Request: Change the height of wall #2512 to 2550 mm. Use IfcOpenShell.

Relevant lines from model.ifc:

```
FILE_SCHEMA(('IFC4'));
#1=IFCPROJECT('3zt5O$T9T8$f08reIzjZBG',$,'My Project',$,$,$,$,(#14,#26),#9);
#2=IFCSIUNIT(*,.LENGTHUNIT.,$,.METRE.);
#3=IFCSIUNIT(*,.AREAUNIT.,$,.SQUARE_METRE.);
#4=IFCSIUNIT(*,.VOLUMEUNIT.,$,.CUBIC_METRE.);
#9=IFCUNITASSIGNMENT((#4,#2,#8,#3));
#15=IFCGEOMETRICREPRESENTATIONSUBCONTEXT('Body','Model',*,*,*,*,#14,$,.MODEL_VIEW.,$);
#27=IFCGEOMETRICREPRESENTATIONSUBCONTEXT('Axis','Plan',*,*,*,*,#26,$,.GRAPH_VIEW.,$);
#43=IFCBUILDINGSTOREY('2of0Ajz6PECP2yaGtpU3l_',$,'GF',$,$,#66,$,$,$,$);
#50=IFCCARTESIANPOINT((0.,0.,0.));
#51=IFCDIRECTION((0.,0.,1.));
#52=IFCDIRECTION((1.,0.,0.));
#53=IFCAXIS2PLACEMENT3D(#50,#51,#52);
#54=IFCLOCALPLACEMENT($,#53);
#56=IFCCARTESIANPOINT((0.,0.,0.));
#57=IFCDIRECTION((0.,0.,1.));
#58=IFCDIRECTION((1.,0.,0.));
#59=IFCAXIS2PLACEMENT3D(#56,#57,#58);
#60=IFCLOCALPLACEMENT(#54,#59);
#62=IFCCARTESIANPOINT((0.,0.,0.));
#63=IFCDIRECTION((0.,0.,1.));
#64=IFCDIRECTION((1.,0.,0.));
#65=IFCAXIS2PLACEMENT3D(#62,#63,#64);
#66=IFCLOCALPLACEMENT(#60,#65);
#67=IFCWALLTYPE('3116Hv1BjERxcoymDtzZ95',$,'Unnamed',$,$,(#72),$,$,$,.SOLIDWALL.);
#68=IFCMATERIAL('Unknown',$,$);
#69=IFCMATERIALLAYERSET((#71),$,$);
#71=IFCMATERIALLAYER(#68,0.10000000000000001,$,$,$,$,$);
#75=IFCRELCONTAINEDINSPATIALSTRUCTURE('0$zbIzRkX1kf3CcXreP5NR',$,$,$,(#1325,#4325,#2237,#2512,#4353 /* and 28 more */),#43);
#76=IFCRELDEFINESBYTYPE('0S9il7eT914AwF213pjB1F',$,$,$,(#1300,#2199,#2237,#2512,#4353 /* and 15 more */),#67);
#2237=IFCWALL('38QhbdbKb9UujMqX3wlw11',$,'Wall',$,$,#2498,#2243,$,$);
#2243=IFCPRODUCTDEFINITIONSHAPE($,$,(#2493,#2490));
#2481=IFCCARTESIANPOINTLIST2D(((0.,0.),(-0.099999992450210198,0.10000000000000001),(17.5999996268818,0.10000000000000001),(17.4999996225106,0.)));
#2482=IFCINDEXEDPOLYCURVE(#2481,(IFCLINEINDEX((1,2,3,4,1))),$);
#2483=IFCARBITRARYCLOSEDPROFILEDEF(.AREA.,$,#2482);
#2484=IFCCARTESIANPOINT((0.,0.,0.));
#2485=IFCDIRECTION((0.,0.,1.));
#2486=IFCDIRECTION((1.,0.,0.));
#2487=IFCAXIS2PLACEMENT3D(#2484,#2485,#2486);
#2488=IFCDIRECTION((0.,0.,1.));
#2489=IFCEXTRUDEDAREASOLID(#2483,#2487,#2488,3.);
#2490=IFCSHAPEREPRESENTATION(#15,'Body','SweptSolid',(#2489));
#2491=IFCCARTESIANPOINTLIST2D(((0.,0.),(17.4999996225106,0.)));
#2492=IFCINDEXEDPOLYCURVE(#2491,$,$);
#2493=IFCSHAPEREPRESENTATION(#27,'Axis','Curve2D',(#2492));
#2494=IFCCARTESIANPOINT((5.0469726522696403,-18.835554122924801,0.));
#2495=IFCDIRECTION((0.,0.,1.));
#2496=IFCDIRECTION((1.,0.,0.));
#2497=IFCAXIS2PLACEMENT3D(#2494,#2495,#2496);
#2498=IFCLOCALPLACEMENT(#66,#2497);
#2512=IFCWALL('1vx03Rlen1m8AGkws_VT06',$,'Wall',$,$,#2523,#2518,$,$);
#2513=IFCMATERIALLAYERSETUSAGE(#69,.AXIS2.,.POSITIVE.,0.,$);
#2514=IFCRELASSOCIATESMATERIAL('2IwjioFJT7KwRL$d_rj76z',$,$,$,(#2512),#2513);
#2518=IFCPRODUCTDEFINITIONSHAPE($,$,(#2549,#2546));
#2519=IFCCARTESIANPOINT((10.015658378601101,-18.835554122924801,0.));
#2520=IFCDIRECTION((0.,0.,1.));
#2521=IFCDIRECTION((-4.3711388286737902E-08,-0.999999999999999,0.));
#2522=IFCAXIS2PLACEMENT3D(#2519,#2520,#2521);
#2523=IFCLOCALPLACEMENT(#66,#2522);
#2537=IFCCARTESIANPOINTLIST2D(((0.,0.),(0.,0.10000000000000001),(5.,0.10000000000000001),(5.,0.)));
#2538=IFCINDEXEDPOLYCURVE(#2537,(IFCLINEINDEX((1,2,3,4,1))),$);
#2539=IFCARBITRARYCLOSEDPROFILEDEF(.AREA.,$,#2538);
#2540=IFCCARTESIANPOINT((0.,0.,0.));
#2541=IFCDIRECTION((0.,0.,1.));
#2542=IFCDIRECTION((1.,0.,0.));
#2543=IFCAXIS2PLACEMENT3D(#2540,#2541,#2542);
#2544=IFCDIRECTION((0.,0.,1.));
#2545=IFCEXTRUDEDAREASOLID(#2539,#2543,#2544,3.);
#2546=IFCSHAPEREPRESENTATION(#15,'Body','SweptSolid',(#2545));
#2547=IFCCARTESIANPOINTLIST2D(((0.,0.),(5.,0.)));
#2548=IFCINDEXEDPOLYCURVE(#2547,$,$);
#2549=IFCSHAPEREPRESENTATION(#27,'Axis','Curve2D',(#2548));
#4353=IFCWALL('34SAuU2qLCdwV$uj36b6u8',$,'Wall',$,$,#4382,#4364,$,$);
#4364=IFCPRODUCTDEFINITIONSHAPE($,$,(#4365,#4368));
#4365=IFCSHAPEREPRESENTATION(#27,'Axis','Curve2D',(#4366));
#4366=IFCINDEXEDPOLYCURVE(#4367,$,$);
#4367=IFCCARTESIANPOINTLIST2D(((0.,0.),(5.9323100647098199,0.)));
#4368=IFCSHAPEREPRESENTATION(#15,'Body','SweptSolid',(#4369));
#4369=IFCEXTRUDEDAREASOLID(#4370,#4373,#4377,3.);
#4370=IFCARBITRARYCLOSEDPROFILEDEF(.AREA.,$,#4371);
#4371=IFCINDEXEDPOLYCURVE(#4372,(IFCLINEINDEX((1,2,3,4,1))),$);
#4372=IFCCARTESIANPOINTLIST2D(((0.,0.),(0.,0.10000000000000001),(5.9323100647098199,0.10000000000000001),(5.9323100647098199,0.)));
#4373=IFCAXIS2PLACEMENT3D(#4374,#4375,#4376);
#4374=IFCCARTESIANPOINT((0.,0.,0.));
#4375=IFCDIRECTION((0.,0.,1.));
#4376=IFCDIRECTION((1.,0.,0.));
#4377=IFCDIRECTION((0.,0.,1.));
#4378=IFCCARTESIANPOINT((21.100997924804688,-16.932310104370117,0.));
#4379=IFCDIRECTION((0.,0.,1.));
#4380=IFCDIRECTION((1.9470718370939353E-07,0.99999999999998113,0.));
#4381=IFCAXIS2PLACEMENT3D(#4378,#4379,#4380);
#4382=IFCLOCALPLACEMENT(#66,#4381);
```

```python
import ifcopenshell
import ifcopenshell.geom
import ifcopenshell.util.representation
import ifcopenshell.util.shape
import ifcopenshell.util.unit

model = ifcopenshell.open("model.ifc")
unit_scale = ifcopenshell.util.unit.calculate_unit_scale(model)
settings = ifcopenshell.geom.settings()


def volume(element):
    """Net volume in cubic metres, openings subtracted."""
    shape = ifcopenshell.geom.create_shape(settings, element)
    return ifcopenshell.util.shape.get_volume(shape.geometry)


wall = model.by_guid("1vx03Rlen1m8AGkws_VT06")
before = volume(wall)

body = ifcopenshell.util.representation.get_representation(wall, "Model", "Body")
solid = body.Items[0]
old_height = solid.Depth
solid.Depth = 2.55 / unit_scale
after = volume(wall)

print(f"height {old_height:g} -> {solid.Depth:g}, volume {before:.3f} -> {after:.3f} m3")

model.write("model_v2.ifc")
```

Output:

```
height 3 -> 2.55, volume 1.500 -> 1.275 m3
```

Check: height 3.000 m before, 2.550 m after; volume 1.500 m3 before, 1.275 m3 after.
* * * * * * *
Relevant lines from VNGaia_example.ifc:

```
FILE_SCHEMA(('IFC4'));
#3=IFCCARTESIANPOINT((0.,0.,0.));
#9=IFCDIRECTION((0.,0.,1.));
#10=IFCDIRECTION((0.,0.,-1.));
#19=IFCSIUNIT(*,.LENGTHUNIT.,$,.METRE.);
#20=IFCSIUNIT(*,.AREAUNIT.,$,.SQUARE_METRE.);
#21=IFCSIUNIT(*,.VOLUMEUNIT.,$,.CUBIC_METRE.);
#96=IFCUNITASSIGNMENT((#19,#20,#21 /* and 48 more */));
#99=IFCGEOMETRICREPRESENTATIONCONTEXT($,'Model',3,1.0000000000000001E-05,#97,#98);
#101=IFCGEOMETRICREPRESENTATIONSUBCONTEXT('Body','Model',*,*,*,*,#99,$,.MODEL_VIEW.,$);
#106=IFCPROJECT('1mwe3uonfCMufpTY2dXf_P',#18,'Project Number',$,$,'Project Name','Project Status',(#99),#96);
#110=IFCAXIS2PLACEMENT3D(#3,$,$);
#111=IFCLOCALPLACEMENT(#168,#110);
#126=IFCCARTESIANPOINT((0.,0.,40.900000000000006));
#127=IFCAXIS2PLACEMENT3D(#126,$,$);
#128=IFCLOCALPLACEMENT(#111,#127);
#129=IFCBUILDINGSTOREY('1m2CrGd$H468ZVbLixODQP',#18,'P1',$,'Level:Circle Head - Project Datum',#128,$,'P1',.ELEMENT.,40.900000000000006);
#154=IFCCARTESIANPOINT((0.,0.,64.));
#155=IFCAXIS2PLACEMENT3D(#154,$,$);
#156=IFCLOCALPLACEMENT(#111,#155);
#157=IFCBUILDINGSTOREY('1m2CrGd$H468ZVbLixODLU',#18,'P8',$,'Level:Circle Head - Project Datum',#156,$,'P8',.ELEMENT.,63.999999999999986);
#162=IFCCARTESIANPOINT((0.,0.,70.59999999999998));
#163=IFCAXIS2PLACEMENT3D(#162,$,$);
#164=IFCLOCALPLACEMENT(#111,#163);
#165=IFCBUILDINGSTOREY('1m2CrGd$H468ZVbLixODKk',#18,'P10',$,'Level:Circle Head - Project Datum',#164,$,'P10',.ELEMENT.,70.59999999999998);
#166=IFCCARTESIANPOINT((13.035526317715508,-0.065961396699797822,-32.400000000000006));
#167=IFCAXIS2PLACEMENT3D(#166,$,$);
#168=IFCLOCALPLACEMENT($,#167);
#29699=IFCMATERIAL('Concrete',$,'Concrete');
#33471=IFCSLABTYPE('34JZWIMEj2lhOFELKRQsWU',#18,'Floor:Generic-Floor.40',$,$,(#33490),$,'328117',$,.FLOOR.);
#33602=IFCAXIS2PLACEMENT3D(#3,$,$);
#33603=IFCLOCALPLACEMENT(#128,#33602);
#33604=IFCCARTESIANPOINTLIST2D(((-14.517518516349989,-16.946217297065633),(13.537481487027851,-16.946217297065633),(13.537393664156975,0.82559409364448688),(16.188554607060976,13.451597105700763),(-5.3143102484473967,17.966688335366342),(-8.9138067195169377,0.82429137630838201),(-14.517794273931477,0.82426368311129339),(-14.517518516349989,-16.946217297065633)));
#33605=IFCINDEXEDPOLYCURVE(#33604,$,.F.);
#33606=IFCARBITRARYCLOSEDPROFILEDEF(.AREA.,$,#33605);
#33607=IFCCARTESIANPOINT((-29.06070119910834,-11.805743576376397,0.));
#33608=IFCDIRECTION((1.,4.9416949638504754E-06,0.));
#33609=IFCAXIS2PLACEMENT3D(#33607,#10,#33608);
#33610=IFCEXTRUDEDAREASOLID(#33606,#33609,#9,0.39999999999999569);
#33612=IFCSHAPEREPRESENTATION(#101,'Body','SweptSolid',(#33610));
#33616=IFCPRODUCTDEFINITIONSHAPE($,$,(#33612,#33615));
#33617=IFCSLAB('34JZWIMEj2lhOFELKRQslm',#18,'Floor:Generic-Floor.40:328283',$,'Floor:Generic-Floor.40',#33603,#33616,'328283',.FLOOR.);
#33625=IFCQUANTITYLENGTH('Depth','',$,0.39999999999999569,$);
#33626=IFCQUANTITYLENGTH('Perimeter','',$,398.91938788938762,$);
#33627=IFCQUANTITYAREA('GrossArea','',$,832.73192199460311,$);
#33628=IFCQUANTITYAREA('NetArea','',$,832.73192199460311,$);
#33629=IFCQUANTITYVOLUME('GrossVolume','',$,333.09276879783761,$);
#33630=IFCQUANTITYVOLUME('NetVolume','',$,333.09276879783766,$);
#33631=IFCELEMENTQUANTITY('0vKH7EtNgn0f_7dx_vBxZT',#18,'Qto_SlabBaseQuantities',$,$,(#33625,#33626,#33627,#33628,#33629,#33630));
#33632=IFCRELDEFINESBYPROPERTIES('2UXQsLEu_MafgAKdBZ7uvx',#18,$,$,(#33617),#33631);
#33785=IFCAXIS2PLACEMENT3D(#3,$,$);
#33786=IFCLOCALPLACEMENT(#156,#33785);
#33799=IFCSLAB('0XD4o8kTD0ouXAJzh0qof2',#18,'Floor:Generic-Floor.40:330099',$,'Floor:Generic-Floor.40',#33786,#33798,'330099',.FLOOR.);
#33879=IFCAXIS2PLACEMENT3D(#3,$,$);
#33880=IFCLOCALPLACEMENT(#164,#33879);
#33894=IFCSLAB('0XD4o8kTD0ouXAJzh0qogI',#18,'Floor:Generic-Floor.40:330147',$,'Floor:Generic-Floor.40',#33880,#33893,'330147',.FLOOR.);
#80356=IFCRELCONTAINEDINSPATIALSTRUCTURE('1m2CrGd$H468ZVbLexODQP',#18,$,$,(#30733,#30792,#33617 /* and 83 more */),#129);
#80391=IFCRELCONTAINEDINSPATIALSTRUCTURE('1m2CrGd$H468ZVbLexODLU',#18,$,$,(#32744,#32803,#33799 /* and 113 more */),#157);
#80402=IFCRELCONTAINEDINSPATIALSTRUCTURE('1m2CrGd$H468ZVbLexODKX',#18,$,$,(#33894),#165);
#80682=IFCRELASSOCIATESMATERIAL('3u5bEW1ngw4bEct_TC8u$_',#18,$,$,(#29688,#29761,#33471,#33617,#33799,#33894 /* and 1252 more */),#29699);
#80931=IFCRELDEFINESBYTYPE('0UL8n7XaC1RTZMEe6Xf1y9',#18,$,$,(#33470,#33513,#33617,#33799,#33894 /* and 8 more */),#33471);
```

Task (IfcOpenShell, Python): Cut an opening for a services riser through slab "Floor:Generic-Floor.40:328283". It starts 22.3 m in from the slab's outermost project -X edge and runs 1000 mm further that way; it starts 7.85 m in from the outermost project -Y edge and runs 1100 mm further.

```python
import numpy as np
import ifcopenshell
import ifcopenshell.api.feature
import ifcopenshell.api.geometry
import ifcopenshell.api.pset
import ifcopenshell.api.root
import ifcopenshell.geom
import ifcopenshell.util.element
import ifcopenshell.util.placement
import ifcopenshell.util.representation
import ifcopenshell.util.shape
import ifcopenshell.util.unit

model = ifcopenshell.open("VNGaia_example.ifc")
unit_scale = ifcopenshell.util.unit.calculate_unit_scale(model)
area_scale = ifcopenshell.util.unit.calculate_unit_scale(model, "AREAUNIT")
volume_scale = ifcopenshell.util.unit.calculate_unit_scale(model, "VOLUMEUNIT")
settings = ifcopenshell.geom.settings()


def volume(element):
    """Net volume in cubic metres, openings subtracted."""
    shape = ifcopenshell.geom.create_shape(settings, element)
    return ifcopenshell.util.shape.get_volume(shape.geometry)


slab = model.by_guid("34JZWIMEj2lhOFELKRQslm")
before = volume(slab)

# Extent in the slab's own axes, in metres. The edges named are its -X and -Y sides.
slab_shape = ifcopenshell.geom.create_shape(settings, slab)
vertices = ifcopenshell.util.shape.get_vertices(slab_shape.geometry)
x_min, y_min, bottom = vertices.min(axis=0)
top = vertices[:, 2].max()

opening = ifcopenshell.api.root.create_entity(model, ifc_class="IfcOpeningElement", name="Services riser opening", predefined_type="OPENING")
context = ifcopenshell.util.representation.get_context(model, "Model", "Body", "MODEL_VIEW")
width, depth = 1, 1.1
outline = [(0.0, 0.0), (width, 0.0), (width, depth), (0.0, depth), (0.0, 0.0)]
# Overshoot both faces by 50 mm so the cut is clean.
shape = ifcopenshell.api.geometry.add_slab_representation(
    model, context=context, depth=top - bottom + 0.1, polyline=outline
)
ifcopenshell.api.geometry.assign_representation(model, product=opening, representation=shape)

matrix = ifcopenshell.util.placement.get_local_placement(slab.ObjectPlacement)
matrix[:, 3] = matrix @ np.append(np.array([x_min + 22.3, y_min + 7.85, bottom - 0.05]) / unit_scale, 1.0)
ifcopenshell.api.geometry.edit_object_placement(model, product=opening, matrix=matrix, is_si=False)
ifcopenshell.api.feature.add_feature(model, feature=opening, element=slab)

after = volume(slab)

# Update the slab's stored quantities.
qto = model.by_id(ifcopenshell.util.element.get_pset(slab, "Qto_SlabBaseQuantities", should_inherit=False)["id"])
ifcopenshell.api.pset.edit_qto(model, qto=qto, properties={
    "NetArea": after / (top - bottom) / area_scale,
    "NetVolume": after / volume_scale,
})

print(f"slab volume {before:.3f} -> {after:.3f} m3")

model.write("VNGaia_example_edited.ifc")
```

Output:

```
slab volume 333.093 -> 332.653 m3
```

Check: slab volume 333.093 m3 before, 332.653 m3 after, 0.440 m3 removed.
* * * * * * *
_TASK ITEM_
Give the number of lines in the records above in which the word "IFCARBITRARYCLOSEDPROFILEDEF" appears. Include no other text.

_TASK ANSWER_
4